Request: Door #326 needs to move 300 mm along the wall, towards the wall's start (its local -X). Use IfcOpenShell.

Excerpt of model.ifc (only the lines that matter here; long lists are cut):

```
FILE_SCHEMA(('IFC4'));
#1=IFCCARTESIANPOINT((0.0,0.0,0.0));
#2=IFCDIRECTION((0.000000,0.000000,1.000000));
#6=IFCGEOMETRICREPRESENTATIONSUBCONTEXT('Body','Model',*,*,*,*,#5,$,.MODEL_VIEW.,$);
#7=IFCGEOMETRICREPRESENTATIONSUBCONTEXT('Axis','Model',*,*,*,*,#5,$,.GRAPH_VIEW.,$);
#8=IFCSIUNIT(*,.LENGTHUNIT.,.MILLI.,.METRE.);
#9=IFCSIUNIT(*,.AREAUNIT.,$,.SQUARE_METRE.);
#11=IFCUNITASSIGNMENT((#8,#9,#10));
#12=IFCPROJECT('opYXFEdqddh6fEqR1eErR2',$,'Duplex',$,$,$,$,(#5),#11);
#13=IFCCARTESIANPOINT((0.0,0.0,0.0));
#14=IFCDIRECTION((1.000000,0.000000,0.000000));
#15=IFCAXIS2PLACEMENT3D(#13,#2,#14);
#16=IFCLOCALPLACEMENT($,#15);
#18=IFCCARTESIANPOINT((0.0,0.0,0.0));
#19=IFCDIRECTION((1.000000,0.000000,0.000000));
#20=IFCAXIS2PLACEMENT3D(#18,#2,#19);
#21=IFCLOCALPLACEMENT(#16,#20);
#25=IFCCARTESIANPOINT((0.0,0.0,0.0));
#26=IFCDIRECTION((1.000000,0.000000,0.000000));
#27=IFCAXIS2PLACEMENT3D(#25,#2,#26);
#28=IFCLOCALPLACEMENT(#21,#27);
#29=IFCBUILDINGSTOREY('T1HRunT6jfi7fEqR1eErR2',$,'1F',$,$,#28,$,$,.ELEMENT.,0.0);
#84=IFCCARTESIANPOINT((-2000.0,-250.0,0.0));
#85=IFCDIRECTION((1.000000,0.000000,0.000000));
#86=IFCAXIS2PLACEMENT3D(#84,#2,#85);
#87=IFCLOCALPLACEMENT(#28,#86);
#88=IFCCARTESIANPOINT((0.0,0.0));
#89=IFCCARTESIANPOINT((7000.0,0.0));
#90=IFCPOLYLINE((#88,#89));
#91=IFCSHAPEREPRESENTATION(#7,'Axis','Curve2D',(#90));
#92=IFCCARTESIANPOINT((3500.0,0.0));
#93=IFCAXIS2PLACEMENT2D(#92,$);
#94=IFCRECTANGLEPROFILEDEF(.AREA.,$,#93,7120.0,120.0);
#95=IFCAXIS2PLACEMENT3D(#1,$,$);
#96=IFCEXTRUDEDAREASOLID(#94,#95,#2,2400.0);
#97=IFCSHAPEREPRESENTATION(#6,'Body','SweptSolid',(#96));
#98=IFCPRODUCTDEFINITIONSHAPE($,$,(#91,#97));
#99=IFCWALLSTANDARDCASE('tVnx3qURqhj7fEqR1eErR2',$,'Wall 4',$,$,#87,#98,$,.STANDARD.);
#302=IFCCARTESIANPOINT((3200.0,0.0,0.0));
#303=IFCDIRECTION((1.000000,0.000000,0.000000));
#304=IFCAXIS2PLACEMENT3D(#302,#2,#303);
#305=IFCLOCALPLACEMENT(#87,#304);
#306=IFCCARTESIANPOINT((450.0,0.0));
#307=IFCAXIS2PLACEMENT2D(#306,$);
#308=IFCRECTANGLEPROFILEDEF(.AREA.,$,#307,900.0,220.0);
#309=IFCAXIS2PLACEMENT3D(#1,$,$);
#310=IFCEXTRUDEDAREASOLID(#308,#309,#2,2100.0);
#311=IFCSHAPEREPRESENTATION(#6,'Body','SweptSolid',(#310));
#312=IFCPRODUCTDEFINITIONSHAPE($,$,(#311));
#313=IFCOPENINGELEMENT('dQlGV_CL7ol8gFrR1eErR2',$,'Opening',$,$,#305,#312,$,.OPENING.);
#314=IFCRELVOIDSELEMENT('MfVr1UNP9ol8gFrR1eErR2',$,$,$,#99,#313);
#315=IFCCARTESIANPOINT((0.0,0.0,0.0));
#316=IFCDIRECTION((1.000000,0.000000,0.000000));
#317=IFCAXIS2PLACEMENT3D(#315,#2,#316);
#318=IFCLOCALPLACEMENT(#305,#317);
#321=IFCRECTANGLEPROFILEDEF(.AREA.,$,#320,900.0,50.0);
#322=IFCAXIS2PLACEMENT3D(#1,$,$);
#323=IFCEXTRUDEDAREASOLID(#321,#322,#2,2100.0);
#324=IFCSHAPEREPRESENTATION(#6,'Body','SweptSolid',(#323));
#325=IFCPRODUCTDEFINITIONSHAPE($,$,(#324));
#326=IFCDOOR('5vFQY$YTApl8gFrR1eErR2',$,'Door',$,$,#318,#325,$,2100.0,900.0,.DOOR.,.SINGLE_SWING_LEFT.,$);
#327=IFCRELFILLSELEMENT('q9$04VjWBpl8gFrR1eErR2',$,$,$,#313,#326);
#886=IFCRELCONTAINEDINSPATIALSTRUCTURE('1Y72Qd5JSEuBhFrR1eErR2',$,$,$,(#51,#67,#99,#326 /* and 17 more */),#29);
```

```python
import ifcopenshell
import ifcopenshell.api.geometry
import ifcopenshell.util.placement
import ifcopenshell.util.unit

model = ifcopenshell.open("model.ifc")
unit_scale = ifcopenshell.util.unit.calculate_unit_scale(model)

door = model.by_guid("5vFQY$YTApl8gFrR1eErR2")
opening = door.FillsVoids[0].RelatingOpeningElement
wall = opening.VoidsElements[0].RelatingBuildingElement

wall_matrix = ifcopenshell.util.placement.get_local_placement(wall.ObjectPlacement)
shift = wall_matrix[:3, 0] * -0.3 / unit_scale
before = ifcopenshell.util.placement.get_local_placement(door.ObjectPlacement)[:3, 3].copy()

# The door is placed relative to its opening, so it follows when the opening moves.
matrix = ifcopenshell.util.placement.get_local_placement(opening.ObjectPlacement)
matrix[:3, 3] += shift
ifcopenshell.api.geometry.edit_object_placement(
    model, product=opening, matrix=matrix, is_si=False, should_transform_children=True
)

after = ifcopenshell.util.placement.get_local_placement(door.ObjectPlacement)[:3, 3]
print("door moved by", (after - before).round(3) + 0.0)

model.write("model_edited.ifc")
```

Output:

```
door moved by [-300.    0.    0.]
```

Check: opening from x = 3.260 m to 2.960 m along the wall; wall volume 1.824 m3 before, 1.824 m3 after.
-*-*-
What is the number of lines in the material above that carry the word "SweptSolid"? Respond with that count and nothing more.

3